Felipe Deveza* |
Os vândalos foram um povo que coexistiu com o Império Romano e no ano de 455 invadiu e submeteu Roma. Saquearam a cidade ao longo de 2 semanas. No século XVIII, temos notícias da utilização do termo para denominar depredações, destruições de obras de arte e prédios públicos.
Essa é a história que todos conhecem. Está lá na Wikipédia, na enciclopédia Barsa e a imprensa vez por outra coloca uma caixa explicativa ao lado de alguma notícia que trate as ações dos tais vândalos e baderneiros. Mas têm outros aspectos dessa história que poucos falam.
Em primeiro lugar o Império Romano era um império escravocrata, e não apenas um centro de arte e cultura da antiguidade, como muitas vezes pode parecer, devido às imagens que chegam até nós. Ou seja, para cada coluna do Senado ou do Coliseu foram necessárias milhares de vidas relegadas ao trabalho escravo, a uma existência de opressão e violência em benefício de uma minoria da elite romana.
E onde esses senhores de escravos romanos conseguiam essa gente para o trabalho escravo? Através da conquista de outros povos, que iam sendo submetidos após as campanhas militares romanas. Será que essa dominação dos povos na expansão do império se deu de forma pacífica? Sinto informar aos que viram as bonitas histórias sobre a "civilização" romana: o domínio desses povos não era feito de maneira pacífica.
Foi uma violência sem fim, povos inteiros sendo submetidos, escravizados, levados para os mais distantes lugares para servir de mão de obra aos interesses imperiais romanos. Mas a história da violência contra os povos submetidos você não conhece. Simples! Os registros das batalhas contra esses povos, gauleses, francos ou celtas foram feitos pelos romanos e, logicamente, foi essa versão que chegou até nós.
Naturalmente, foi assim que aconteceu com o período que ficou conhecido como as Invasões Bárbaras, quando diversos povos que viviam além dos limites do Império Romano atravessaram as fronteiras e pouco a pouco foram destruindo o mundo escravocrata romano.
E o que os vândalos têm com isso?
Eles foram um desses povos que conseguiram ultrapassar os limites do Império, junto com ostrogodos, visigodos e hunos... e no caso dos vândalos, tomaram a capital romana por duas semanas.
E como você acha que esses povos tratariam o império? Com carinho e admiração pelos grandes aportes que essa "civilização" relegou a arte? Claro que não!
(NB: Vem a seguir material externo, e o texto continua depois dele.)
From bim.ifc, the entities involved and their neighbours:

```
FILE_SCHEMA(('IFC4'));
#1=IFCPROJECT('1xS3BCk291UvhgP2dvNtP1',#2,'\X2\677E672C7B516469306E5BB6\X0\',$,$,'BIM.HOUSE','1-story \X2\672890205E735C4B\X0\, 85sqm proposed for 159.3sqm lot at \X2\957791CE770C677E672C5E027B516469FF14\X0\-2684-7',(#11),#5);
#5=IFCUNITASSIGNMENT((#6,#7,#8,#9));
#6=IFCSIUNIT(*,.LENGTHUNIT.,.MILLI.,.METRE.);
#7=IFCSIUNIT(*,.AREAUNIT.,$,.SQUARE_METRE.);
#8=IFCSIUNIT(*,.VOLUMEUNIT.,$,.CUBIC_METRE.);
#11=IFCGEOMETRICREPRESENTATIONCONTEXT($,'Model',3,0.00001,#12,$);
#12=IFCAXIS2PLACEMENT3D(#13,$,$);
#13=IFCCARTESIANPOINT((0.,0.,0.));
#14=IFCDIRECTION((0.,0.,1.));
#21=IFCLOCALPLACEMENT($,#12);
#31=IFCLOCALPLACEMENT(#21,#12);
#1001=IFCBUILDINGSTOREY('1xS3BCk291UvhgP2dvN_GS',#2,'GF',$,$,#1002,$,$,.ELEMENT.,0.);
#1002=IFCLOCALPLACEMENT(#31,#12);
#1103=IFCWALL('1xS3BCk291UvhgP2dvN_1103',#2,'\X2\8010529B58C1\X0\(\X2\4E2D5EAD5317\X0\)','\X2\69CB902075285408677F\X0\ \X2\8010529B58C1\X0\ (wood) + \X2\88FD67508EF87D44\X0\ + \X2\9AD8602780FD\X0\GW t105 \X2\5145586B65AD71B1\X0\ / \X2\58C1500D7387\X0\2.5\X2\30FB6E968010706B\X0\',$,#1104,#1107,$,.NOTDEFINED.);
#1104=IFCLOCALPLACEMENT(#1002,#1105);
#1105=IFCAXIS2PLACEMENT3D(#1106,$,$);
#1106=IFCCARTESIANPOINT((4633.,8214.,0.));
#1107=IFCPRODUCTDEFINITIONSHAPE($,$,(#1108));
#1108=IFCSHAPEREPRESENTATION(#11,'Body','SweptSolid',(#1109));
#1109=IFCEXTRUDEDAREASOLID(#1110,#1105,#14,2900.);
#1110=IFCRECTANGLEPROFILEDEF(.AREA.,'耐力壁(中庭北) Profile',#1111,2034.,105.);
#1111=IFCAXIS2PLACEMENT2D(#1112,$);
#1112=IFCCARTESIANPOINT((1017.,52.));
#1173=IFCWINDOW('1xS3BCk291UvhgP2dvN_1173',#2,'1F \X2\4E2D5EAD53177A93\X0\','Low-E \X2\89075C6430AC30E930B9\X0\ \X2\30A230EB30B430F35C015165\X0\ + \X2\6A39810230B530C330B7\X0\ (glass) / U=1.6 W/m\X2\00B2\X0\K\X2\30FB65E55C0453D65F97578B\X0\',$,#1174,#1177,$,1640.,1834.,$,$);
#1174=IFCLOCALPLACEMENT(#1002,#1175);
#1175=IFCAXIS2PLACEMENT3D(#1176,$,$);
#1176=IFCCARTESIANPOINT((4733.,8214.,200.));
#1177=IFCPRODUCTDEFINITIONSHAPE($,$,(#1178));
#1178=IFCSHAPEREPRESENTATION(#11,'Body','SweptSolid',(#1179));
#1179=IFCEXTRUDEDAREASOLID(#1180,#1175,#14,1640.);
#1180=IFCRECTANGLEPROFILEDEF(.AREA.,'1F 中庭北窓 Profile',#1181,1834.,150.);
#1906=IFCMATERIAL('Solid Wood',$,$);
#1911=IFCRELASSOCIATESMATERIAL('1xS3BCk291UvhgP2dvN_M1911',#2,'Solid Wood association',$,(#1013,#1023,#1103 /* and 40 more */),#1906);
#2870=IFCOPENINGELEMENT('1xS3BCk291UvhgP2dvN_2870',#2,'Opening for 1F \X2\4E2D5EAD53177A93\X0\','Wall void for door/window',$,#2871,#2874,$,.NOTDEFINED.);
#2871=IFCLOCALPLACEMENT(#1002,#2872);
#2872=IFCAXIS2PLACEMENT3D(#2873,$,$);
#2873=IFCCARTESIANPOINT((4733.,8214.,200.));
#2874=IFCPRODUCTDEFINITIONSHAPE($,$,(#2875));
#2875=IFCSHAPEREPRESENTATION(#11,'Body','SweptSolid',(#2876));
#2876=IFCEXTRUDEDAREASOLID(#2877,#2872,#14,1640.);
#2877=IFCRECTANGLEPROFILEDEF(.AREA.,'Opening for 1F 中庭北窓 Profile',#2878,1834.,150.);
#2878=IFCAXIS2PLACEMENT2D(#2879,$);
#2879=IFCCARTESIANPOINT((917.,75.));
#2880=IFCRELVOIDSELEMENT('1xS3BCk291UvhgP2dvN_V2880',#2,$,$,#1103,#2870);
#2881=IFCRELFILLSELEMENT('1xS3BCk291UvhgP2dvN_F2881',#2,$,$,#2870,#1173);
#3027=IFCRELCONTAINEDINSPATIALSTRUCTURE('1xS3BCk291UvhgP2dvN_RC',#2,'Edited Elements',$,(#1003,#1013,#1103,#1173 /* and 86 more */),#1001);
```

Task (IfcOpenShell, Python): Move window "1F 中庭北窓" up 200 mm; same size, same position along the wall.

```python
import numpy as np
import ifcopenshell
import ifcopenshell.api.geometry
import ifcopenshell.util.placement
import ifcopenshell.util.unit

model = ifcopenshell.open("bim.ifc")
unit_scale = ifcopenshell.util.unit.calculate_unit_scale(model)

window = model.by_id(1173)
opening = window.FillsVoids[0].RelatingOpeningElement
dz = 0.2 / unit_scale

shift = np.array([0.0, 0.0, dz])
# The window is not placed relative to its opening, so move both.
for product in (opening, window):
    matrix = ifcopenshell.util.placement.get_local_placement(product.ObjectPlacement)
    matrix[:3, 3] += shift
    ifcopenshell.api.geometry.edit_object_placement(model, product=product, matrix=matrix, is_si=False)

print(f"moved by {dz * unit_scale:+.3f} m")

model.write("bim_v2.ifc")
```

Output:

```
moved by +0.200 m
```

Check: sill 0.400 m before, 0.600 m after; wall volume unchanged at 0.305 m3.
E foi mais ou menos nesse contexto que os vândalos voltaram ao vocabulário e começaram a assumir o significado de destruidores e saqueadores. Durante a Revolução Francesa, no período de auge revolucionário, quando muitos dos antigos oprimidos passaram a radicalizar o processo político e lançaram seu ódio contra a monarquia absolutista e suas instituições, foram chamados de vândalos. O inventor da "injúria" foi um padre, membro do clero, antigo aliado do imperador francês que estava apavorado com o ódio das classes populares rebeladas, que ameaçavam avançar sobre seus privilégios sem piedade.
E hoje, não em contexto muito diferente, surge a referência aos vândalos nos jornais e TVs. Nada mais preciso, nada mais coerente.
São as massas populares, saturadas de tanta humilhação, opressão policial, violência e ódio que se lançam contra as instituições que representam o pior que existe no governo.
Vândalos atacam a Alerj! O que queriam? Que se tratasse com carinho um prédio onde se agrupam os piores tipos de delinquentes do Rio de Janeiro? Milicianos, assassinos, corruptos, deputados mafiosos pagos pelas empresas de ônibus. Gente que faz qualquer tramoia para garantir passagens absurdas e impedir o povo de usufruir o mais básico dos direitos: o direito de andar pela cidade, já que todos nós somos obrigados a pagar valores absurdos em nome do enriquecimento de duas ou três famílias donas de empresas de ônibus. Não! Não acho que os manifestantes teriam carinho com uma instituição tão apodrecida como a Alerj, como também não tiveram os vândalos de outrora, ou os populares da Revolução Francesa.
Em épocas de rebeliões, essa história de vândalos só me lembra as palavras do escravo rebelde Spartacus: "Roma treme toda vez que alguém diz não!".
* Felipe Deveza é petroleiro e historiador.